Documentation Pipelines
Documentation Pipelines are used to plan out a new Python project or feature.
from graphviz import Digraph
dot = Digraph(comment='Simple Python Workflow')
dot.node('A', 'Start')
dot.node('B', 'Data Preprocessing')
dot.node('C', 'Train Model')
dot.node('D', 'Evaluate Model')
dot.node('E', 'Deploy Model')
dot.edges(['AB', 'BC', 'CD', 'DE'])
dot.render('workflow', format='png', cleanup=True) # Generates a flowchart
Saving Model Training Data
When working with machine learning models, it’s important to save both the training data and the model itself to ensure reproducibility, scalability, and ease of deployment.
What format should you use?
The type and intended use of the data determine the optimal format.
- Parquet: Highly efficient for large datasets
- Joblib: Great for Python-specific tasks
- Pickle: Great for Python objects
- HDF5: Great for large heirarchical or multidimensional data
- JSON: Great for structured, human-readable data
- CSV: Best for table-like data that humans will read
Parquet
Parquet is highly efficient for large datasets due to its columnar storage format.
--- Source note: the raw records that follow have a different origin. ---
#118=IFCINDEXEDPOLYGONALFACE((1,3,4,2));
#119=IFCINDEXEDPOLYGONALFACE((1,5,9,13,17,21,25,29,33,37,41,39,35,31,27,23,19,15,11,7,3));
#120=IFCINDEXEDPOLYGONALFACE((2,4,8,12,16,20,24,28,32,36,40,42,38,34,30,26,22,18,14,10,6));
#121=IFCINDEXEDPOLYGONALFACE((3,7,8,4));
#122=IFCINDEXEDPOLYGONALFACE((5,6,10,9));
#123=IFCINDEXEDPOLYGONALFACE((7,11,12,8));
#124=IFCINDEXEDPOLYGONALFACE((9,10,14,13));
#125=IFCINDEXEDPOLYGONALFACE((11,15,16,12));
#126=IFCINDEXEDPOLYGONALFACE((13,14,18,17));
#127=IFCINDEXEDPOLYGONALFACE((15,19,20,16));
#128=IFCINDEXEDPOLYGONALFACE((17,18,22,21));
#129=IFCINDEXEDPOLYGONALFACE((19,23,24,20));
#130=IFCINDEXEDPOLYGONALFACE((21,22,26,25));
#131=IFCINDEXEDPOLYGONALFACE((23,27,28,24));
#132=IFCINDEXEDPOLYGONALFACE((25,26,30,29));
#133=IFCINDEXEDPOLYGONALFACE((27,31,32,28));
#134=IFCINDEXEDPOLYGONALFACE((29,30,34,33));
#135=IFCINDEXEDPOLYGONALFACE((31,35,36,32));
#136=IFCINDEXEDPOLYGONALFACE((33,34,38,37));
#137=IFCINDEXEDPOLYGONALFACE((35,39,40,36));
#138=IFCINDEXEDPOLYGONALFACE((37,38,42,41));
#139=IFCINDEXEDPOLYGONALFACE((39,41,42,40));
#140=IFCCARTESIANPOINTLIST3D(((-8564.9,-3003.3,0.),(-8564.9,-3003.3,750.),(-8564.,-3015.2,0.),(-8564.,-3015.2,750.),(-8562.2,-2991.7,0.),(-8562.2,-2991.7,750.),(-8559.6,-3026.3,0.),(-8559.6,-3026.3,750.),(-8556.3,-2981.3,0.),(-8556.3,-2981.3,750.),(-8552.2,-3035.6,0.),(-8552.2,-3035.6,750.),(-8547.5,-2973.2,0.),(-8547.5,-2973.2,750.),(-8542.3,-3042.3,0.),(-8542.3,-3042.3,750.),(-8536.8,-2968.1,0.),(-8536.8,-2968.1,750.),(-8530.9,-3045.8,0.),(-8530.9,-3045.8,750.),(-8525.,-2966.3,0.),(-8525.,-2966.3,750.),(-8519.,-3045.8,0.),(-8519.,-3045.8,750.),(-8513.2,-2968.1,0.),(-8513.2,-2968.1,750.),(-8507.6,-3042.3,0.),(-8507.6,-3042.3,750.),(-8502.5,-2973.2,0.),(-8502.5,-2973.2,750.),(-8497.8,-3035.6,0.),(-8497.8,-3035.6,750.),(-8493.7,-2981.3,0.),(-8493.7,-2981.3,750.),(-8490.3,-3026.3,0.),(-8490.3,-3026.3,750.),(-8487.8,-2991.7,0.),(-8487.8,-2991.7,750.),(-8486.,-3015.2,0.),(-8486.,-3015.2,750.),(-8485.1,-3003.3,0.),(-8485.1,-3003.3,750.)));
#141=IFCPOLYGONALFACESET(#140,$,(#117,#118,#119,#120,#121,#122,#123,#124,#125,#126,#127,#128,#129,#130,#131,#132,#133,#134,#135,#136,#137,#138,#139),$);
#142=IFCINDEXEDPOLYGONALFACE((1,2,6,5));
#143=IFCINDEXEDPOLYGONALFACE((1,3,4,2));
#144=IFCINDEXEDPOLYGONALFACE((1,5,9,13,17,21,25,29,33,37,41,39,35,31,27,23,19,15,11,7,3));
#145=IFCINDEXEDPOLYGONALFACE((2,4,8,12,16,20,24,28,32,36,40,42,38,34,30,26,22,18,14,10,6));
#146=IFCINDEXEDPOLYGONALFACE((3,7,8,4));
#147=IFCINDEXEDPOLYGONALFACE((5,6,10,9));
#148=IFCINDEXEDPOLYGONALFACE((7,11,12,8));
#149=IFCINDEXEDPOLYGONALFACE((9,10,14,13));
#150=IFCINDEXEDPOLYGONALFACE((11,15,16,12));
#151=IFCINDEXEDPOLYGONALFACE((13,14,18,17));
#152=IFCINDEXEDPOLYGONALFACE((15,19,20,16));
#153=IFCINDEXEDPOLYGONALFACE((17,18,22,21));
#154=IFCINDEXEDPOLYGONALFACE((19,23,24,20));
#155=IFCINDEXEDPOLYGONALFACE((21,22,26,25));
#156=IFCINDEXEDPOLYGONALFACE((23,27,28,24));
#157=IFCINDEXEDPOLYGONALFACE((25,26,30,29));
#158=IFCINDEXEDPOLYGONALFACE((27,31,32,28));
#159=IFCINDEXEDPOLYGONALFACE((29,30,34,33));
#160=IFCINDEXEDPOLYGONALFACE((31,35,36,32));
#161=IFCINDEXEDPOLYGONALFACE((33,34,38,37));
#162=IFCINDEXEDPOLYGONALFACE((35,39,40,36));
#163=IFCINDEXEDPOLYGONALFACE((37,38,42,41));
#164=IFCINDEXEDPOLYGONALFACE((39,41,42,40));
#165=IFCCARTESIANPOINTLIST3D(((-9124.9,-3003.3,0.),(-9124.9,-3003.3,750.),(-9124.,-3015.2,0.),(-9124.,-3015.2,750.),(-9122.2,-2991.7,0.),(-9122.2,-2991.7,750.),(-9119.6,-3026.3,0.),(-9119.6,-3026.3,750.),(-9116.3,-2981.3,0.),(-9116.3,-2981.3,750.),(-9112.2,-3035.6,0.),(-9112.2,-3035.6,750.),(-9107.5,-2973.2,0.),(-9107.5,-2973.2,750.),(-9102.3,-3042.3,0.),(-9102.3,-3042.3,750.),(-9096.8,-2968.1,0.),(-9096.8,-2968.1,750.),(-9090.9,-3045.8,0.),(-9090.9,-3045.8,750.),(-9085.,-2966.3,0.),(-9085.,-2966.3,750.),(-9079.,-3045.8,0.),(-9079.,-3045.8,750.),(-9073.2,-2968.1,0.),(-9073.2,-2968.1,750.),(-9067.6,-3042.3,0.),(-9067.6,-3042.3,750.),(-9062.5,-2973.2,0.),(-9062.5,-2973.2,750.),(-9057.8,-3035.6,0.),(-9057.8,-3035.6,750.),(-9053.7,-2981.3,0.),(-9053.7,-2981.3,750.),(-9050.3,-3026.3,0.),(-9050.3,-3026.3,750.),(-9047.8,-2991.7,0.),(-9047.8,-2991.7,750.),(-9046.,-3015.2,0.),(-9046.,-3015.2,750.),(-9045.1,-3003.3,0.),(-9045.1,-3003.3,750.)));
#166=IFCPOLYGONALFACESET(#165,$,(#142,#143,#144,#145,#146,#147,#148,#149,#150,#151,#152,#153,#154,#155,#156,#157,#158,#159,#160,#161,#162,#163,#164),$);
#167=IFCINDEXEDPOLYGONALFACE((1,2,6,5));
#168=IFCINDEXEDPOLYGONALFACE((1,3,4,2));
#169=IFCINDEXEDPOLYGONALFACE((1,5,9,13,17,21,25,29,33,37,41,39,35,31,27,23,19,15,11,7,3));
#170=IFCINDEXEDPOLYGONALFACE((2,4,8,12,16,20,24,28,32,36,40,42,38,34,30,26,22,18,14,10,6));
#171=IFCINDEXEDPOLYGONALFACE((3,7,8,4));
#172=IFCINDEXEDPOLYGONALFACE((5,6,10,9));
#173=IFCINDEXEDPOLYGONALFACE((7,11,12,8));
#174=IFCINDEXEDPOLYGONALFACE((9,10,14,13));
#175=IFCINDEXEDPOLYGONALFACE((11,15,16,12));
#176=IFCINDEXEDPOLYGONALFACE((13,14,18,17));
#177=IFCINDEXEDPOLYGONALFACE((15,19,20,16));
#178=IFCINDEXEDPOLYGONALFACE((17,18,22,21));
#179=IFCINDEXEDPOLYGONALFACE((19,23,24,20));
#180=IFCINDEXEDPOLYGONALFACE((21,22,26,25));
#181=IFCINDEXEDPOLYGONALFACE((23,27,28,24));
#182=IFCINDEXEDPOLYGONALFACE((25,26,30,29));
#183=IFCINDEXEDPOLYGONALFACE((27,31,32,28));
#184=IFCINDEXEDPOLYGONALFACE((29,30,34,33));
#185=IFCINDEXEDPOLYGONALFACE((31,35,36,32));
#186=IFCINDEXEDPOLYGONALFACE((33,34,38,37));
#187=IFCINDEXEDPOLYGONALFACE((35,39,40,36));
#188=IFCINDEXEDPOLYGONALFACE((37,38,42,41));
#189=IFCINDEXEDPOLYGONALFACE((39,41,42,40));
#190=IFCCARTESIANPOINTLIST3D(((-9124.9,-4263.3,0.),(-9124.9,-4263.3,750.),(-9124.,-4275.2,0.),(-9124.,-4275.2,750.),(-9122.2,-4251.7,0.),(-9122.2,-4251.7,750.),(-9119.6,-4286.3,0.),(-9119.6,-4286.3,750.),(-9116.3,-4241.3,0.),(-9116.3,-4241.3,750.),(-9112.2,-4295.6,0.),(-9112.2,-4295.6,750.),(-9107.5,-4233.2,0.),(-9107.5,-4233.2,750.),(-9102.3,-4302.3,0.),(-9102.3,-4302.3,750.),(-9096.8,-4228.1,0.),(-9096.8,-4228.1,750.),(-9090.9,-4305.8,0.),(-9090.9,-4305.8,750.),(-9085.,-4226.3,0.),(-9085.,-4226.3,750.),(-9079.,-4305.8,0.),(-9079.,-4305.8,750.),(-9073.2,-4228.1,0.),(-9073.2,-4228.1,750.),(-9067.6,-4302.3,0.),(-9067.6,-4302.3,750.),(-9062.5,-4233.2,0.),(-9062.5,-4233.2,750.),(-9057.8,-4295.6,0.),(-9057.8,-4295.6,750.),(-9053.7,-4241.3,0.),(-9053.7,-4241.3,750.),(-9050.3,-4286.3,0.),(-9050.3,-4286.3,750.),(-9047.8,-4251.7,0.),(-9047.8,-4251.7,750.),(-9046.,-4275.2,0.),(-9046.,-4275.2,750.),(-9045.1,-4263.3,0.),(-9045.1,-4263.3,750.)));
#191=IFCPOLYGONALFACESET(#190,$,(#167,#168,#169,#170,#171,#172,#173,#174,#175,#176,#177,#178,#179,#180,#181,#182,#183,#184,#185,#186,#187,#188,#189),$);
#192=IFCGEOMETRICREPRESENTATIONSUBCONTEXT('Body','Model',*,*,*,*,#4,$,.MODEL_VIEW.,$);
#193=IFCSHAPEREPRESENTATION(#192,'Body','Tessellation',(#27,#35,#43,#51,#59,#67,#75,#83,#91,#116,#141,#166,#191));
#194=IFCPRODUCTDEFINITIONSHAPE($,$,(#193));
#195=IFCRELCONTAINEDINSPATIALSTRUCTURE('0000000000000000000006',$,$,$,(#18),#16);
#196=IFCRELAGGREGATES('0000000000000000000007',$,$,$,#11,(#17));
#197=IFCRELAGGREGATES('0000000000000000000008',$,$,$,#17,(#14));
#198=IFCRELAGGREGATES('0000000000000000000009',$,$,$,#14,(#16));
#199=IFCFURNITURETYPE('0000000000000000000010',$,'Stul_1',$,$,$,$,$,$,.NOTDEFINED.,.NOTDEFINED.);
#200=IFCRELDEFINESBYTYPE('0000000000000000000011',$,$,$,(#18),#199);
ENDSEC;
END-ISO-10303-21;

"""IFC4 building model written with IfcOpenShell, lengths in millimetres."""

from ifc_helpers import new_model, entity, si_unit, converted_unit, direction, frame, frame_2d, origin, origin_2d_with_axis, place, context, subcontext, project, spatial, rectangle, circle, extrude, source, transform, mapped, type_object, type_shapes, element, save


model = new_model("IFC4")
It supports compression to reduce file size without significant performance loss.
df.to_parquet("training_data.parquet", compression="snappy")
df = pd.read_parquet("training_data.parquet")
Joblib
Joblib is great for optimization and memory-efficient storage for large objects. If the Python object isn’t very large, pickel might be better.
from joblib import dump, load
# Save data
dump(data, "training_data.joblib")
# Load data
data = load("training_data.joblib")
Pickle
Pickle is great for smaller Python objects where Joblib isn’t faster. It directly supports Python data structures, but it can be insecure if loading untrusted files.
import pickle
# Save data
with open("training_data.pkl", "wb") as f:
pickle.dump(data, f)
# Load data
with open("training_data.pkl", "rb") as f:
data = pickle.load(f)
HDF5
HDF5 is great for large hierarchical or multidemnsional data.
import h5py
# Save data
with h5py.File("training_data.h5", "w") as f:
f.create_dataset("dataset", data=array)
# Load data
with h5py.File("training_data.h5", "r") as f:
array = f["dataset"][:]
JSON
JSON is great for structured data like dictionaries. It is very readable and is portable cross-platform.
import json
# Save data
with open("training_data.json", "w") as f:
json.dump(data, f)
# Load data
with open("training_data.json", "r") as f:
data = json.load(f)
CSV
The first is CSV (Comma-Seperated Values). This data structure is much easier for humans to read, but as the file sizes increase, it struggles. Additionally, it has limited support for complex data structures
import pandas as pd
# Save data to CSV
df.to_csv("training_data.csv", index=False)
# Load data
df = pd.read_csv("training_data.csv")
The math
For those who are curious and want a more mathematically rigorous explanation of what I did for my project, here is the link: [https://acrobat.adobe.com/id/urn:aaid:sc:VA6C2:ccc7aecb-dde2-4a3c-b4db-8a8c2e9c091c].
Last Words
How to Find the Information
- a. Start with foundational resources: Use reliable sources like research papers, books, or official APIs.
- b. Ask the right questions: Break problems into smaller, focused questions to guide exploration.
- c. Build a system: Use tools like Notion, PARA, or spaced repetition for organized, effective learning.
- d. Experiment: Apply what you learn in a hands-on way to reinforce concepts.